> _WORK INSTRUCTION_:
Each line with the string "glass" is to be copied from the records below.

> _Data items_:

────────────────────

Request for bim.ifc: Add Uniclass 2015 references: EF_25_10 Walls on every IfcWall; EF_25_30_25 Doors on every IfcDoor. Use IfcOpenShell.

First a look at what the model holds.

```python
import ifcopenshell

model = ifcopenshell.open("bim.ifc")
print(model.schema)
print("classifications:", [c.Name for c in model.by_type("IfcClassification")])
for ifc_class in ("IfcDoor", "IfcRoof", "IfcStair", "IfcWall", "IfcWindow"):
    print(ifc_class, len(model.by_type(ifc_class)))
```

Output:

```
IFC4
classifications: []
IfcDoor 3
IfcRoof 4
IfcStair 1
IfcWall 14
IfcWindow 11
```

```python
import ifcopenshell
import ifcopenshell.api.classification

model = ifcopenshell.open("bim.ifc")

system = ifcopenshell.api.classification.add_classification(model, classification="Uniclass 2015")

codes = {
    "IfcWall": ("EF_25_10", "Walls"),
    "IfcDoor": ("EF_25_30_25", "Doors"),
}
for ifc_class, (code, name) in codes.items():
    products = model.by_type(ifc_class)
    ifcopenshell.api.classification.add_reference(
        model, products=products, classification=system, identification=code, name=name
    )
    print(code, len(products))

model.write("bim-out.ifc")
```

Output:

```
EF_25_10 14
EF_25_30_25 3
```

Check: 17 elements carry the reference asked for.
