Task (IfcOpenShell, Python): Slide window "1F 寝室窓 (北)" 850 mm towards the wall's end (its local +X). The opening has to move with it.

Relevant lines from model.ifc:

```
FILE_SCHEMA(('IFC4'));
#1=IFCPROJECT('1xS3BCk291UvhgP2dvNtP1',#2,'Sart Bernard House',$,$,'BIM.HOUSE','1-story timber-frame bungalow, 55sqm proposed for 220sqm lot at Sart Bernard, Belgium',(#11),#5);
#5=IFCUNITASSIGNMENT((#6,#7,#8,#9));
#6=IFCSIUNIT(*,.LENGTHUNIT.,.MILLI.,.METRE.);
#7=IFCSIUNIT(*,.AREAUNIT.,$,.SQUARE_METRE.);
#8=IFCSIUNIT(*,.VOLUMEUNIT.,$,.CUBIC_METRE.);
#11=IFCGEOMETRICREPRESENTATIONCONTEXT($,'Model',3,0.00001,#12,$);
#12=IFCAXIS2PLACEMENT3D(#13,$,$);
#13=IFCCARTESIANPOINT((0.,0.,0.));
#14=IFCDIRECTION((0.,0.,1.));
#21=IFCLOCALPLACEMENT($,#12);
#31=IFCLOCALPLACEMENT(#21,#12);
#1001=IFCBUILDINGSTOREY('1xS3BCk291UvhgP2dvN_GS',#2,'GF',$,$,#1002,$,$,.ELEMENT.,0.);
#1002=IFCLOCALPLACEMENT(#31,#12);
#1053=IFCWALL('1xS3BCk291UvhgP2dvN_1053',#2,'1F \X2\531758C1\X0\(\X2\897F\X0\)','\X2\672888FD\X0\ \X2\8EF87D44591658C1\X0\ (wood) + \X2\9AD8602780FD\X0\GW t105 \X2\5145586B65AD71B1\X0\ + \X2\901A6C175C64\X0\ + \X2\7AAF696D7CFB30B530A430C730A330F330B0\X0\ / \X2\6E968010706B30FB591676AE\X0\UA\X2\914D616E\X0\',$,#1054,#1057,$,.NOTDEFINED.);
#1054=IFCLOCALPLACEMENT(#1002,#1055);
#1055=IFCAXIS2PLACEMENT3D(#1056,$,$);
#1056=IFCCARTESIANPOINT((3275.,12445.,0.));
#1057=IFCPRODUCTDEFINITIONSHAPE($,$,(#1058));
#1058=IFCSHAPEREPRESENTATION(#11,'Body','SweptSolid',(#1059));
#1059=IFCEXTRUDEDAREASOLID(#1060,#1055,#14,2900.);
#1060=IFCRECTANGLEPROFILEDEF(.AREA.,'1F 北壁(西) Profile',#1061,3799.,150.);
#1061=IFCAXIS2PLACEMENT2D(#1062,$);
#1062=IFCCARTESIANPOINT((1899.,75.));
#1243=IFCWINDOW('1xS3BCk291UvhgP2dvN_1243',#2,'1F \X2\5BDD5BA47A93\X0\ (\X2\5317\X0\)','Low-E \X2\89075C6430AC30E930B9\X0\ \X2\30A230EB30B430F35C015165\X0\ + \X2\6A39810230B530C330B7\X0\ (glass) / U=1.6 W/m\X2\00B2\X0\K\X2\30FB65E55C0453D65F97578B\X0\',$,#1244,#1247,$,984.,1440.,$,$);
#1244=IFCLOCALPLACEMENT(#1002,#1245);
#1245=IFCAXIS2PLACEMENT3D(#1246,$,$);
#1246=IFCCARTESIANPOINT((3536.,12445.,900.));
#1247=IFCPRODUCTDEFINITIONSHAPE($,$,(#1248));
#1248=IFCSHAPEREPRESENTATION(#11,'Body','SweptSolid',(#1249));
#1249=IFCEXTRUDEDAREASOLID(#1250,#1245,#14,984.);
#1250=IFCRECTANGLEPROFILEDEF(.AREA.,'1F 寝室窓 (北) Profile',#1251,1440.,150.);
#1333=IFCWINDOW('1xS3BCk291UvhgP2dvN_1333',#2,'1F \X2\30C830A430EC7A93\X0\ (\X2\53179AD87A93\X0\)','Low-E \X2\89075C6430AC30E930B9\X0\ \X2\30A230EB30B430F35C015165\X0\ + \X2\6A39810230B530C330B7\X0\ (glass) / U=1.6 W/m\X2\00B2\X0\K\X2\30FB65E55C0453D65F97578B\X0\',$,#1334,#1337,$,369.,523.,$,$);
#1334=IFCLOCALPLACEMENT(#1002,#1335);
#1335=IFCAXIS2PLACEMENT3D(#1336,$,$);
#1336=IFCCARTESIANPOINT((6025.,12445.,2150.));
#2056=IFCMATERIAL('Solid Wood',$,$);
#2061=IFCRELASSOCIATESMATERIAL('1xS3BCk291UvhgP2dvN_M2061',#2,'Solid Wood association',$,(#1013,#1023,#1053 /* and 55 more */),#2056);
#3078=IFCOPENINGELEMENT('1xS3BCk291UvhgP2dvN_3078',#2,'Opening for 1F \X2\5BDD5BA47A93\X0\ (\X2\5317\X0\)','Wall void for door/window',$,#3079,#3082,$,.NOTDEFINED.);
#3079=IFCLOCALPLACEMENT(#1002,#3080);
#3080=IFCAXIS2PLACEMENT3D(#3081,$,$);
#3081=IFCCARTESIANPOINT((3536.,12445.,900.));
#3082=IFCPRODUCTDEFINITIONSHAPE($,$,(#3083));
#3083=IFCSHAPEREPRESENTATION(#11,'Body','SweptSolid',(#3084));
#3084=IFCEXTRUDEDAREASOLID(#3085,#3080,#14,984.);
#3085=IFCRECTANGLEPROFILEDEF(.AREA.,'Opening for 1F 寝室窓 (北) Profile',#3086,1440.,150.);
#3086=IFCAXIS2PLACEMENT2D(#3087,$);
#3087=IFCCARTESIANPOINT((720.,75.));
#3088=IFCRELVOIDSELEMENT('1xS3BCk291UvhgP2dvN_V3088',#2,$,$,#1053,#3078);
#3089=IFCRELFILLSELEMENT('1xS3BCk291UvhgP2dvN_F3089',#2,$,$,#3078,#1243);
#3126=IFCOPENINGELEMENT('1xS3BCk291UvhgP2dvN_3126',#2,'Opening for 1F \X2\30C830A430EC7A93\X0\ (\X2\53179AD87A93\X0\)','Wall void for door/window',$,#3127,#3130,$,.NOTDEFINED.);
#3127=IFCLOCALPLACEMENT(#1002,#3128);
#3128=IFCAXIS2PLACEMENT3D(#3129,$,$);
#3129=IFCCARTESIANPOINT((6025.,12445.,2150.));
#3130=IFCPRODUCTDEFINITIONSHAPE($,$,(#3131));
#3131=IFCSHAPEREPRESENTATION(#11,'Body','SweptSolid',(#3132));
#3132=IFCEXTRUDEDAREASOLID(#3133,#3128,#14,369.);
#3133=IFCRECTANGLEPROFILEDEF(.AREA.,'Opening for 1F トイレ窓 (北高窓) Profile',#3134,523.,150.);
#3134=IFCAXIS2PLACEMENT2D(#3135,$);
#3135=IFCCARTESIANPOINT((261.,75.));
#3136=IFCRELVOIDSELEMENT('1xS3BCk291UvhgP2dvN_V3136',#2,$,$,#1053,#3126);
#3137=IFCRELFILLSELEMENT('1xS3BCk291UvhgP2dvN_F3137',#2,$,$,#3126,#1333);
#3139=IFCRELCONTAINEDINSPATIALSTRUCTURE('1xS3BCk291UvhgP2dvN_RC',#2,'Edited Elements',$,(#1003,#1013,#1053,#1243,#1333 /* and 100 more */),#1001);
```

```python
import ifcopenshell
import ifcopenshell.api.geometry
import ifcopenshell.util.placement

model = ifcopenshell.open("model.ifc")

window = model.by_guid("1xS3BCk291UvhgP2dvN_1243")
opening = window.FillsVoids[0].RelatingOpeningElement
wall = opening.VoidsElements[0].RelatingBuildingElement

wall_matrix = ifcopenshell.util.placement.get_local_placement(wall.ObjectPlacement)
shift = wall_matrix[:3, 0] * 850.0
before = ifcopenshell.util.placement.get_local_placement(window.ObjectPlacement)[:3, 3].copy()

# The window is not placed relative to its opening, so move both.
for product in (opening, window):
    matrix = ifcopenshell.util.placement.get_local_placement(product.ObjectPlacement)
    matrix[:3, 3] += shift
    ifcopenshell.api.geometry.edit_object_placement(model, product=product, matrix=matrix, is_si=False)

after = ifcopenshell.util.placement.get_local_placement(window.ObjectPlacement)[:3, 3]
print("window moved by", (after - before).round(3) + 0.0)

model.write("model_rev.ifc")
```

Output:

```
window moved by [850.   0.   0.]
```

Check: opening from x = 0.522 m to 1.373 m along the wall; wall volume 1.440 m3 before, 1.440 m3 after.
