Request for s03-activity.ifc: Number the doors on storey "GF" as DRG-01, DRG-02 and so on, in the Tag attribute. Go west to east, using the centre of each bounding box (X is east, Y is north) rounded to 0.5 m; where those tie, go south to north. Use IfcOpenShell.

First a look at what the model holds.

```python
import ifcopenshell
import ifcopenshell.util.element
import ifcopenshell.util.placement

model = ifcopenshell.open("s03-activity.ifc")
print(model.schema)
storey = next(s for s in model.by_type("IfcBuildingStorey") if s.Name == "GF")
doors = [e for e in ifcopenshell.util.element.get_decomposition(storey) if e.is_a("IfcDoor")]
for e in sorted(doors, key=lambda e: e.id()):
    origin = ifcopenshell.util.placement.get_local_placement(e.ObjectPlacement)[:3, 3]
    print(e.id(), e.Tag, e.Name, origin.round(2) + 0.0, sep=" | ")
```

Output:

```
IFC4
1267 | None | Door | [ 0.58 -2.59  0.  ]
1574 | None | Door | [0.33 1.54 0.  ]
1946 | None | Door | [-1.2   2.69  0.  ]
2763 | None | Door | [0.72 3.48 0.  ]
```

```python
import ifcopenshell
import ifcopenshell.geom
import ifcopenshell.util.element
import ifcopenshell.util.shape

model = ifcopenshell.open("s03-activity.ifc")
settings = ifcopenshell.geom.settings()
settings.set("use-world-coords", True)


def centre(element):
    shape = ifcopenshell.geom.create_shape(settings, element)
    return ifcopenshell.util.shape.get_bbox_centroid(shape.geometry)


storey = next(s for s in model.by_type("IfcBuildingStorey") if s.Name == "GF")
doors = [e for e in ifcopenshell.util.element.get_decomposition(storey) if e.is_a("IfcDoor")]

# Insertion points can sit at a corner or the storey origin, so sort by the geometry (in metres).
centres = {e: centre(e) for e in doors}
doors.sort(key=lambda e: (round(centres[e][0] / 0.5), centres[e][1]))

for i, e in enumerate(doors, start=1):
    number = f"DRG-{i:02d}"
    e.Tag = number
    print(e.id(), number)

model.write("s03-activity_v2.ifc")
```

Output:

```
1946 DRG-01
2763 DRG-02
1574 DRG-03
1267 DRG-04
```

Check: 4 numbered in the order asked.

────────────────────

> _ANSWER BELOW_:
#1243=IFCWINDOW('1xS3BCk291UvhgP2dvN_1243',#2,'1F \X2\5BDD5BA47A93\X0\ (\X2\5317\X0\)','Low-E \X2\89075C6430AC30E930B9\X0\ \X2\30A230EB30B430F35C015165\X0\ + \X2\6A39810230B530C330B7\X0\ (glass) / U=1.6 W/m\X2\00B2\X0\K\X2\30FB65E55C0453D65F97578B\X0\',$,#1244,#1247,$,984.,1440.,$,$);
#1333=IFCWINDOW('1xS3BCk291UvhgP2dvN_1333',#2,'1F \X2\30C830A430EC7A93\X0\ (\X2\53179AD87A93\X0\)','Low-E \X2\89075C6430AC30E930B9\X0\ \X2\30A230EB30B430F35C015165\X0\ + \X2\6A39810230B530C330B7\X0\ (glass) / U=1.6 W/m\X2\00B2\X0\K\X2\30FB65E55C0453D65F97578B\X0\',$,#1334,#1337,$,369.,523.,$,$);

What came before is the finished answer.